Arrivée en Suisse en 1992 à l’âge de 19 ans, elle enchaîne les petits boulots, comme celui de femme de chambre dans un hôtel, à Obersaxen, dans les Grisons. Puis elle pose ses valises à Dardagny. Elle n’en repartira plus. Pour son plus grand bonheur. Et pour le nôtre. « J’ai la Suisse dans mon cœur », me confie celle qui est devenue un pilier du village. De serveuse au petit tea-room de La Plaine, elle en deviendra propriétaire : « C’était en 2003 », me raconte Célia, des étoiles plein les yeux. « Cela faisait 4 ans que j’y travaillait, et lorsque j’ai eu l’occasion de le reprendre, je n’ai pas hésité. J’aime cet endroit ! » Cela a-t-il été difficile ? « Pas du tout. Au contraire. J’y avais mes marques, les clients me connaissaient et m’appréciaient. La transition a été très facile. Peu à peu, je me suis approprié les lieux, par petites touches. Et encore maintenant, j’essaie d’améliorer ce qui peut l’être, de le moderniser. »

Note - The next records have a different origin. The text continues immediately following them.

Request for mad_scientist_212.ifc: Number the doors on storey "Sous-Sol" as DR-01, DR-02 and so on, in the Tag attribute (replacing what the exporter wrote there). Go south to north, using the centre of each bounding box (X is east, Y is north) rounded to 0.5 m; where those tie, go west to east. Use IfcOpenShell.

First a look at what the model holds.

```python
import ifcopenshell
import ifcopenshell.util.element
import ifcopenshell.util.placement

model = ifcopenshell.open("mad_scientist_212.ifc")
print(model.schema)
storey = next(s for s in model.by_type("IfcBuildingStorey") if s.Name == "Sous-Sol")
doors = [e for e in ifcopenshell.util.element.get_decomposition(storey) if e.is_a("IfcDoor")]
for e in sorted(doors, key=lambda e: e.id()):
    origin = ifcopenshell.util.placement.get_local_placement(e.ObjectPlacement)[:3, 3]
    print(e.id(), e.Tag, e.Name, origin.round(2) + 0.0, sep=" | ")
```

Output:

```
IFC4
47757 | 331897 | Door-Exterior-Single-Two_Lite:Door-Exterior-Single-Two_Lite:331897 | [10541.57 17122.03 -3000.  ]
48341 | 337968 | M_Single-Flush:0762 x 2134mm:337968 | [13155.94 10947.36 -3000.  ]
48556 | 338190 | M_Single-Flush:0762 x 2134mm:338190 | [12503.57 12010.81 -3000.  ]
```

```python
import ifcopenshell
import ifcopenshell.geom
import ifcopenshell.util.element
import ifcopenshell.util.shape

model = ifcopenshell.open("mad_scientist_212.ifc")
settings = ifcopenshell.geom.settings()
settings.set("use-world-coords", True)


def centre(element):
    shape = ifcopenshell.geom.create_shape(settings, element)
    return ifcopenshell.util.shape.get_bbox_centroid(shape.geometry)


storey = next(s for s in model.by_type("IfcBuildingStorey") if s.Name == "Sous-Sol")
doors = [e for e in ifcopenshell.util.element.get_decomposition(storey) if e.is_a("IfcDoor")]

# Insertion points can sit at a corner or the storey origin, so sort by the geometry (in metres).
centres = {e: centre(e) for e in doors}
doors.sort(key=lambda e: (round(centres[e][1] / 0.5), centres[e][0]))

for i, e in enumerate(doors, start=1):
    number = f"DR-{i:02d}"
    e.Tag = number
    print(e.id(), number)

model.write("mad_scientist_212_rev.ifc")
```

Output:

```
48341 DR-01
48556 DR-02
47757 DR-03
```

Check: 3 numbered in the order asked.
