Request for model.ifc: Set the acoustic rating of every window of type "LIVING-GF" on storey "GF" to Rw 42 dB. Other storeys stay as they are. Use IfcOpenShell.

First a look at what the model holds.

```python
import ifcopenshell
import ifcopenshell.util.element

model = ifcopenshell.open("model.ifc")
print(model.schema)
storey = next(s for s in model.by_type("IfcBuildingStorey") if s.Name == "GF")
windows = [e for e in ifcopenshell.util.element.get_decomposition(storey) if e.is_a("IfcWindow")]
seen = {}
for e in windows:
    element_type = ifcopenshell.util.element.get_type(e)
    key = (element_type.Name if element_type != e and element_type else None, ifcopenshell.util.element.get_pset(e, "Pset_WindowCommon", "AcousticRating"))
    seen[key] = seen.get(key, 0) + 1
for (name, value), count in sorted(seen.items(), key=str):
    print(count, "x", name, "|", value)
```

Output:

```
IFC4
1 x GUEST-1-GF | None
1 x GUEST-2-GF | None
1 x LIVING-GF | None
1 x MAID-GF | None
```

```python
import ifcopenshell
import ifcopenshell.api.pset
import ifcopenshell.util.element

model = ifcopenshell.open("model.ifc")

storey = next(s for s in model.by_type("IfcBuildingStorey") if s.Name == "GF")
windows = [e for e in ifcopenshell.util.element.get_decomposition(storey) if e.is_a("IfcWindow")]

count = 0
for e in windows:
    element_type = ifcopenshell.util.element.get_type(e)
    if element_type in (None, e) or element_type.Name != "LIVING-GF":
        continue
    # add_pset returns the element's existing set when there is one.
    pset = ifcopenshell.api.pset.add_pset(model, product=e, name="Pset_WindowCommon")
    ifcopenshell.api.pset.edit_pset(model, pset=pset, properties={"AcousticRating": "Rw 42 dB"})
    count += 1

print(count, "windows updated")

model.write("model_edited.ifc")
```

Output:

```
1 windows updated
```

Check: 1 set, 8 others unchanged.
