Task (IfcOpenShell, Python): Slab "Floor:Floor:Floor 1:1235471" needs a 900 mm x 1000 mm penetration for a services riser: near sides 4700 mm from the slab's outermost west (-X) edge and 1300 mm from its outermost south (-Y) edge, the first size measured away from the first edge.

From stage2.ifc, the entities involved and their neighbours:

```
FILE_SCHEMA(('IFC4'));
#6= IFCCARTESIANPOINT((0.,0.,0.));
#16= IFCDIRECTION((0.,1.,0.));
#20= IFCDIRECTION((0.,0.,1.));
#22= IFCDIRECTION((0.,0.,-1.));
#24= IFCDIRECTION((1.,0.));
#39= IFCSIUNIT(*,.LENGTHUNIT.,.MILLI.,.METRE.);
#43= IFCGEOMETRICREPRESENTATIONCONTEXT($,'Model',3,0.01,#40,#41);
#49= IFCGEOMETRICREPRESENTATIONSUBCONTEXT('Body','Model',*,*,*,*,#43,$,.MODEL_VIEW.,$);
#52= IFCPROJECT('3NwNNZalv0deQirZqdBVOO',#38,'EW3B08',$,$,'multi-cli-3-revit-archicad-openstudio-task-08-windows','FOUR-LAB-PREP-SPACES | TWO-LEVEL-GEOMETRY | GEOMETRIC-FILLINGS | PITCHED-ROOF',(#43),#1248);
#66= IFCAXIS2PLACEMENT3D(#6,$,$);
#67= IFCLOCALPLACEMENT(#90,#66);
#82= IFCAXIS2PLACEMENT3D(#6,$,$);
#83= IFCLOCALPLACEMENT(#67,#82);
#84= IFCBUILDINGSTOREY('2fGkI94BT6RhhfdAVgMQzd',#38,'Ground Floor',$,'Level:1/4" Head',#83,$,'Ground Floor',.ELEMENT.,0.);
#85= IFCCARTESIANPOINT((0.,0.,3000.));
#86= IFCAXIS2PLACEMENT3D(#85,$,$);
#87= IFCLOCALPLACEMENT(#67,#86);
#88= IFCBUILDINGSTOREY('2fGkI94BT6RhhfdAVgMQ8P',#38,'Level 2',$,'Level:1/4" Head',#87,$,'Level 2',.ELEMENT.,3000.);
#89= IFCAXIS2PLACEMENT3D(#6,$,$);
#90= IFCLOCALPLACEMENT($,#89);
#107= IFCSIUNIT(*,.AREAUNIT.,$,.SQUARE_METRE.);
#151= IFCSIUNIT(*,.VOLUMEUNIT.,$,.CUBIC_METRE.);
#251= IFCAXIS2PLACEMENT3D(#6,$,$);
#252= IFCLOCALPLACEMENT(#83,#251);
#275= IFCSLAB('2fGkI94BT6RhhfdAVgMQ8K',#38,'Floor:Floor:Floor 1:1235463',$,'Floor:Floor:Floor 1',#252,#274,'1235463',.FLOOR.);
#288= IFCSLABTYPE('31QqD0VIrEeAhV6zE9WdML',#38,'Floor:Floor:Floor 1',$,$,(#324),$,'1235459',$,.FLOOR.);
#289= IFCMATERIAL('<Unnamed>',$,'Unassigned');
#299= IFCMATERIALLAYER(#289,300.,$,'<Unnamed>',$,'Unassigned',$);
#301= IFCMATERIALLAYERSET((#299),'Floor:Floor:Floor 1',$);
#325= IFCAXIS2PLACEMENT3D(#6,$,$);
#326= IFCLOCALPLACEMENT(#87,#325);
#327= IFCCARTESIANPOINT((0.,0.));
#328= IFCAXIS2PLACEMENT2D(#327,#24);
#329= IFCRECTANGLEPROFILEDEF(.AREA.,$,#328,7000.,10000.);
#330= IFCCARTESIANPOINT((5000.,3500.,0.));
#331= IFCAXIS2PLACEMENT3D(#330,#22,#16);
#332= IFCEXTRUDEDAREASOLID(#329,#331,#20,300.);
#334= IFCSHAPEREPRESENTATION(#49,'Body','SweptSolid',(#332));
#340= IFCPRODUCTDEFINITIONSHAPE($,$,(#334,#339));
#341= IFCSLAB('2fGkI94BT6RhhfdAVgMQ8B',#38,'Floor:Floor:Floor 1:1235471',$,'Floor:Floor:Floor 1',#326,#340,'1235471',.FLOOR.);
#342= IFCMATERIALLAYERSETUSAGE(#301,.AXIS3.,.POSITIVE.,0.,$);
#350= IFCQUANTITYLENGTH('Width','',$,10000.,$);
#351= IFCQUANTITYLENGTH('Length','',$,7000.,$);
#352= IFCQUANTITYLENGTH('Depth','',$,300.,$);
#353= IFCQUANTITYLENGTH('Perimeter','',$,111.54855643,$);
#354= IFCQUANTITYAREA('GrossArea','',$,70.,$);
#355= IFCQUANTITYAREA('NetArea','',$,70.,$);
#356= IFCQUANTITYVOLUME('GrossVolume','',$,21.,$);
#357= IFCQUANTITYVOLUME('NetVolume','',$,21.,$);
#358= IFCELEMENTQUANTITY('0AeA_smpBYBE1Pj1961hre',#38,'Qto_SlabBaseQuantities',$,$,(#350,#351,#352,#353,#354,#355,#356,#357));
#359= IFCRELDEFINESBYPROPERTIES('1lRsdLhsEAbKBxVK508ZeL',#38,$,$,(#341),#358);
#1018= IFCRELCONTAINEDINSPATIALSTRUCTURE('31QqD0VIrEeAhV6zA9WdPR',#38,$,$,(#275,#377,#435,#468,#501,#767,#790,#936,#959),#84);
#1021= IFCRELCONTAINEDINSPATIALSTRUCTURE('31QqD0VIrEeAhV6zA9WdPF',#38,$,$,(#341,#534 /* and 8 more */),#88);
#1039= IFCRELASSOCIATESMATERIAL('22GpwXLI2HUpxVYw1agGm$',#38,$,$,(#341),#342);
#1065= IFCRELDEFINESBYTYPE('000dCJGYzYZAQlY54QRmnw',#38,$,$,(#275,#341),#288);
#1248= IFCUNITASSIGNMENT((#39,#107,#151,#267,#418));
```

```python
import numpy as np
import ifcopenshell
import ifcopenshell.api.feature
import ifcopenshell.api.geometry
import ifcopenshell.api.pset
import ifcopenshell.api.root
import ifcopenshell.geom
import ifcopenshell.util.element
import ifcopenshell.util.placement
import ifcopenshell.util.representation
import ifcopenshell.util.shape
import ifcopenshell.util.unit

model = ifcopenshell.open("stage2.ifc")
unit_scale = ifcopenshell.util.unit.calculate_unit_scale(model)
area_scale = ifcopenshell.util.unit.calculate_unit_scale(model, "AREAUNIT")
volume_scale = ifcopenshell.util.unit.calculate_unit_scale(model, "VOLUMEUNIT")
settings = ifcopenshell.geom.settings()


def volume(element):
    """Net volume in cubic metres, openings subtracted."""
    shape = ifcopenshell.geom.create_shape(settings, element)
    return ifcopenshell.util.shape.get_volume(shape.geometry)


slab = model.by_guid("2fGkI94BT6RhhfdAVgMQ8B")
before = volume(slab)

# Extent in the slab's own axes, in metres. The edges named are its -X and -Y sides.
slab_shape = ifcopenshell.geom.create_shape(settings, slab)
vertices = ifcopenshell.util.shape.get_vertices(slab_shape.geometry)
x_min, y_min, bottom = vertices.min(axis=0)
top = vertices[:, 2].max()

opening = ifcopenshell.api.root.create_entity(model, ifc_class="IfcOpeningElement", name="Services riser opening", predefined_type="OPENING")
context = ifcopenshell.util.representation.get_context(model, "Model", "Body", "MODEL_VIEW")
width, depth = 0.9, 1
outline = [(0.0, 0.0), (width, 0.0), (width, depth), (0.0, depth), (0.0, 0.0)]
# Overshoot both faces by 50 mm so the cut is clean.
shape = ifcopenshell.api.geometry.add_slab_representation(
    model, context=context, depth=top - bottom + 0.1, polyline=outline
)
ifcopenshell.api.geometry.assign_representation(model, product=opening, representation=shape)

matrix = ifcopenshell.util.placement.get_local_placement(slab.ObjectPlacement)
matrix[:, 3] = matrix @ np.append(np.array([x_min + 4.7, y_min + 1.3, bottom - 0.05]) / unit_scale, 1.0)
ifcopenshell.api.geometry.edit_object_placement(model, product=opening, matrix=matrix, is_si=False)
ifcopenshell.api.feature.add_feature(model, feature=opening, element=slab)

after = volume(slab)

# Update the slab's stored quantities.
qto = model.by_id(ifcopenshell.util.element.get_pset(slab, "Qto_SlabBaseQuantities", should_inherit=False)["id"])
ifcopenshell.api.pset.edit_qto(model, qto=qto, properties={
    "NetArea": after / (top - bottom) / area_scale,
    "NetVolume": after / volume_scale,
})

print(f"slab volume {before:.3f} -> {after:.3f} m3")

model.write("stage2_updated.ifc")
```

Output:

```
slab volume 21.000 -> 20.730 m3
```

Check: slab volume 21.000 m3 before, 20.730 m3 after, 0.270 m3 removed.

Cette petite échoppe, une des rares que compte ce petit village proche de la frontière, propose du pain frais et des pâtisseries six jours sur sept. Elle fait aussi office d’épicerie, avec des produits de première nécessité, mais également du terroir, comme les œufs provenant de la Ferme du Lignon, ou le lait en arrivage direct des Laiteries Réunies de Genève. Le choix de vins de la région – et dieu sait s’ils sont bons – est également important. Et il y a le tea-room. Deux tables en terrasse, cinq à l’intérieur, ce n’est pas immense, mais l’espace est suffisant pour que chacun y trouve sa place.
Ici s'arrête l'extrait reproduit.